Now I understand that this is shooting yourself in the legs, because docker does not bring any profit with its isolation. Docker CI issues I encountered:
- again I need a docker image to build. you need to search for an image or write your dockerfile.
- 90% that you need to forward some ssh keys, secret data that you don’t want to write to the docker image.
- the container is created and dies, all caches with it are lost. the next assembly will re-download all the project dependencies, which is long and inefficient, and time is money.
Developers do not collect projects in docker containers (I used to be such a fan, I feel sorry for myself in the past xD). In java, it is possible to have several versions and change one command to the one that is needed now. In nodejs the same thing, there is nvm.

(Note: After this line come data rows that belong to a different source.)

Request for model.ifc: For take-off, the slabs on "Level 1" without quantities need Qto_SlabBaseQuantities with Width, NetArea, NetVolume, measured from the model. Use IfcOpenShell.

First a look at what the model holds.

```python
import ifcopenshell
import ifcopenshell.util.element
import ifcopenshell.util.unit

model = ifcopenshell.open("model.ifc")
print(model.schema)
for unit_type in ("LENGTHUNIT", "AREAUNIT", "VOLUMEUNIT"):
    print(unit_type, ifcopenshell.util.unit.calculate_unit_scale(model, unit_type))
storey = next(s for s in model.by_type("IfcBuildingStorey") if s.Name == "Level 1")
slabs = [e for e in ifcopenshell.util.element.get_decomposition(storey) if e.is_a("IfcSlab")]
for e in sorted(slabs, key=lambda e: e.id()):
    print(e.id(), e.is_a(), e.Name, list(ifcopenshell.util.element.get_psets(e, qtos_only=True)), sep=" | ")
```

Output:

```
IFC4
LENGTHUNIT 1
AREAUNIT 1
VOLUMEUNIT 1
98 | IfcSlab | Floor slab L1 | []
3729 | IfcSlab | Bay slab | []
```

```python
import ifcopenshell
import ifcopenshell.api.pset
import ifcopenshell.geom
import ifcopenshell.util.element
import ifcopenshell.util.shape
import ifcopenshell.util.unit

model = ifcopenshell.open("model.ifc")
unit_scale = ifcopenshell.util.unit.calculate_unit_scale(model)
area_scale = ifcopenshell.util.unit.calculate_unit_scale(model, "AREAUNIT")
volume_scale = ifcopenshell.util.unit.calculate_unit_scale(model, "VOLUMEUNIT")
settings = ifcopenshell.geom.settings()

storey = next(s for s in model.by_type("IfcBuildingStorey") if s.Name == "Level 1")
slabs = [e for e in ifcopenshell.util.element.get_decomposition(storey) if e.is_a("IfcSlab")]

for e in sorted(slabs, key=lambda e: e.id()):
    if ifcopenshell.util.element.get_psets(e, qtos_only=True, should_inherit=False):
        continue
    # Geometry comes back in metres, in the element's own axes.
    shape = ifcopenshell.geom.create_shape(settings, e)
    values = {
        "Width": ifcopenshell.util.shape.get_z(shape.geometry) / unit_scale,
        "NetArea": ifcopenshell.util.shape.get_footprint_area(shape.geometry) / area_scale,
        "NetVolume": ifcopenshell.util.shape.get_volume(shape.geometry) / volume_scale,
    }
    qto = ifcopenshell.api.pset.add_qto(model, product=e, name="Qto_SlabBaseQuantities")
    ifcopenshell.api.pset.edit_qto(model, qto=qto, properties=values)
    print(e.id(), {k: round(v, 3) for k, v in values.items()})

model.write("model_updated.ifc")
```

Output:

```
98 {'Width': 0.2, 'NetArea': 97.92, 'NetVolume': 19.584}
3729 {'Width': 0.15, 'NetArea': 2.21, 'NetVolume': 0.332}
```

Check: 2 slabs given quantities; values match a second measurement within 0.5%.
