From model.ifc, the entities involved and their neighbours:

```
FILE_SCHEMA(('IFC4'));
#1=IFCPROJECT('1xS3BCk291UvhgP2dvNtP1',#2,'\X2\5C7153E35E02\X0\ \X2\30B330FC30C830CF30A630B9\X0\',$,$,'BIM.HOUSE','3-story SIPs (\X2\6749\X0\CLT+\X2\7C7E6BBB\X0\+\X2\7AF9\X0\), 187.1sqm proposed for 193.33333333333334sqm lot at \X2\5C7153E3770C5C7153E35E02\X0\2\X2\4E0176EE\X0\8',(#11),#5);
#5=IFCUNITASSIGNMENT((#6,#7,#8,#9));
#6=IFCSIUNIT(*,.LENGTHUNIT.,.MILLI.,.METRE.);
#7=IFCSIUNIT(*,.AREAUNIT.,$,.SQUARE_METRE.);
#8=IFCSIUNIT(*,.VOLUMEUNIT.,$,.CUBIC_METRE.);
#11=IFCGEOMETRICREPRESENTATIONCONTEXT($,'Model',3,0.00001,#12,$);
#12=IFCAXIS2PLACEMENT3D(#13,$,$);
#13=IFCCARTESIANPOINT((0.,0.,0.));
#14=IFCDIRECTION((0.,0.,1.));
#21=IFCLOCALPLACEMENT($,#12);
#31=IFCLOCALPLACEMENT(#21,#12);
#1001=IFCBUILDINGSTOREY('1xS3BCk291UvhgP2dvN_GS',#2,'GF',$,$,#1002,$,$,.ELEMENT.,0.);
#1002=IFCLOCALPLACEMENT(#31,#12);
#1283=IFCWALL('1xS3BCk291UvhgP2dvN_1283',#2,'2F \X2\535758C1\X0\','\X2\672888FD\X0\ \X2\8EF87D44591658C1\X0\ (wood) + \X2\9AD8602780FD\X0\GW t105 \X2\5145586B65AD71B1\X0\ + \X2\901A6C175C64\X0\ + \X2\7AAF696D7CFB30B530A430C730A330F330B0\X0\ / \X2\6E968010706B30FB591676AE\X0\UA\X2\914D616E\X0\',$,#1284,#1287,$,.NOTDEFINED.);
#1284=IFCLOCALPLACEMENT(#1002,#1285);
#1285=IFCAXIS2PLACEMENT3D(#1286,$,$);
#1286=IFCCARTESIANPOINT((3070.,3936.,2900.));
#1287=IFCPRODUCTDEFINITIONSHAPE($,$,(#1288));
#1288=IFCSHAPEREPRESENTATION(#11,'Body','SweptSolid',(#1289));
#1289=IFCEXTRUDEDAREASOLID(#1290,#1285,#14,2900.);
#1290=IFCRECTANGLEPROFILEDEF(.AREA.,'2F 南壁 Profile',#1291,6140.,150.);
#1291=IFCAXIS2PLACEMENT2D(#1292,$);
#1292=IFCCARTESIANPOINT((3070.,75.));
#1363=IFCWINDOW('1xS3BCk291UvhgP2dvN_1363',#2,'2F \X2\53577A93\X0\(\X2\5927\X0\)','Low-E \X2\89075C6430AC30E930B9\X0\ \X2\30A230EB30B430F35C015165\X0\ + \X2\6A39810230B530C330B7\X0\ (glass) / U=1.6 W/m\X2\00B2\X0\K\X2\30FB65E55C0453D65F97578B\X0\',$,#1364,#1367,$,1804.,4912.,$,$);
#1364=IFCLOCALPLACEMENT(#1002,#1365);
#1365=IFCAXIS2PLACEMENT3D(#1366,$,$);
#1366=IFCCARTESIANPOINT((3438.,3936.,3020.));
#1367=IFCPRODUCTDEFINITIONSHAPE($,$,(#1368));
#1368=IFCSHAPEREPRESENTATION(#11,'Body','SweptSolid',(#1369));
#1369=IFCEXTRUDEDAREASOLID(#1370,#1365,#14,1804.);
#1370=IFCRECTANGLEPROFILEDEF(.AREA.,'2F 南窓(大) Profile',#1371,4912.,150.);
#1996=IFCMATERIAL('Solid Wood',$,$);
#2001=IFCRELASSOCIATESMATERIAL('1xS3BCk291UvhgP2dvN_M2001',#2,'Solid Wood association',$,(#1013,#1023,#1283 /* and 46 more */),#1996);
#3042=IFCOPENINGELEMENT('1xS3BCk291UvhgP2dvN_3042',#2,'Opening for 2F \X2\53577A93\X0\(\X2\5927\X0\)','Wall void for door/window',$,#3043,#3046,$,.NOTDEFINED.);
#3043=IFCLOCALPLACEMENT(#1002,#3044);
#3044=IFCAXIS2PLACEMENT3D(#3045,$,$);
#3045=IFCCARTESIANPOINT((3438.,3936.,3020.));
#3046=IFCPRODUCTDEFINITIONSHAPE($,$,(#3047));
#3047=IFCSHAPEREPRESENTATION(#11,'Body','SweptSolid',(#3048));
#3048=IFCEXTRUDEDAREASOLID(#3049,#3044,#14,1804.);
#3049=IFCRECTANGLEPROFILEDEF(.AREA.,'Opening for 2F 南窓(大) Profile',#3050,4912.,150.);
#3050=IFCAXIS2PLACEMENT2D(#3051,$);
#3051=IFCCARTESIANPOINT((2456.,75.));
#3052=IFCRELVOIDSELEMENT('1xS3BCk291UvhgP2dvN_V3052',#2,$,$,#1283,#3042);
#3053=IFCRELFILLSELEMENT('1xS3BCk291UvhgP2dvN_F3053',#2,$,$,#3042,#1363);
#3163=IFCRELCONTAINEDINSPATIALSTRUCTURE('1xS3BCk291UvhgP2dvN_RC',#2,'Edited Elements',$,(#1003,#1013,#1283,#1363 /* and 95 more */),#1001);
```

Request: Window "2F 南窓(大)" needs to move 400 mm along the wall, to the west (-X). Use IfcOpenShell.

```python
import ifcopenshell
import ifcopenshell.api.geometry
import ifcopenshell.util.placement
import ifcopenshell.util.unit

model = ifcopenshell.open("model.ifc")
unit_scale = ifcopenshell.util.unit.calculate_unit_scale(model)

window = model.by_guid("1xS3BCk291UvhgP2dvN_1363")
opening = window.FillsVoids[0].RelatingOpeningElement
wall = opening.VoidsElements[0].RelatingBuildingElement

wall_matrix = ifcopenshell.util.placement.get_local_placement(wall.ObjectPlacement)
shift = wall_matrix[:3, 0] * -0.4 / unit_scale
before = ifcopenshell.util.placement.get_local_placement(window.ObjectPlacement)[:3, 3].copy()

# The window is not placed relative to its opening, so move both.
for product in (opening, window):
    matrix = ifcopenshell.util.placement.get_local_placement(product.ObjectPlacement)
    matrix[:3, 3] += shift
    ifcopenshell.api.geometry.edit_object_placement(model, product=product, matrix=matrix, is_si=False)

after = ifcopenshell.util.placement.get_local_placement(window.ObjectPlacement)[:3, 3]
print("window moved by", (after - before).round(3) + 0.0)

model.write("model_edited.ifc")
```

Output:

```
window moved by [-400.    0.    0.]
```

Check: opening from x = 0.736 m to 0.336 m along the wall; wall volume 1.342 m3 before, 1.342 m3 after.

I believe that docker is a very powerful and flexible tool, this is its drawback (it sounds strange, yes). Companies easily “sit down” on it, use where necessary and not necessary. Developers launch their containers, some kind of their environment, then all this smoothly flows into CI, production. DevOps team writes some kind of bikes to launch these containers.
Use docker only at the very last stage in your workflow, do not drag it into the project at the beginning. He will not solve your business problems. He will only move the problems to another level and will offer his own solutions, you will do double work.
When docker is needed : I came to the conclusion that docker is very good at optimizing the delivered process, but not at building the basic functionality
If you still decide to use docker, then:
- be extremely careful
- don't force docker to be used by developers
- localize its use in one place, do not spread across all Dockefile and docker-compose repositories
- Recently I came across packer and they say it works very well with Ansible and allows you to unify the process of building images (including docker image)
- also about docker, interesting article
Thank you for reading, I wish you transparent decisions in your affairs and productive working days!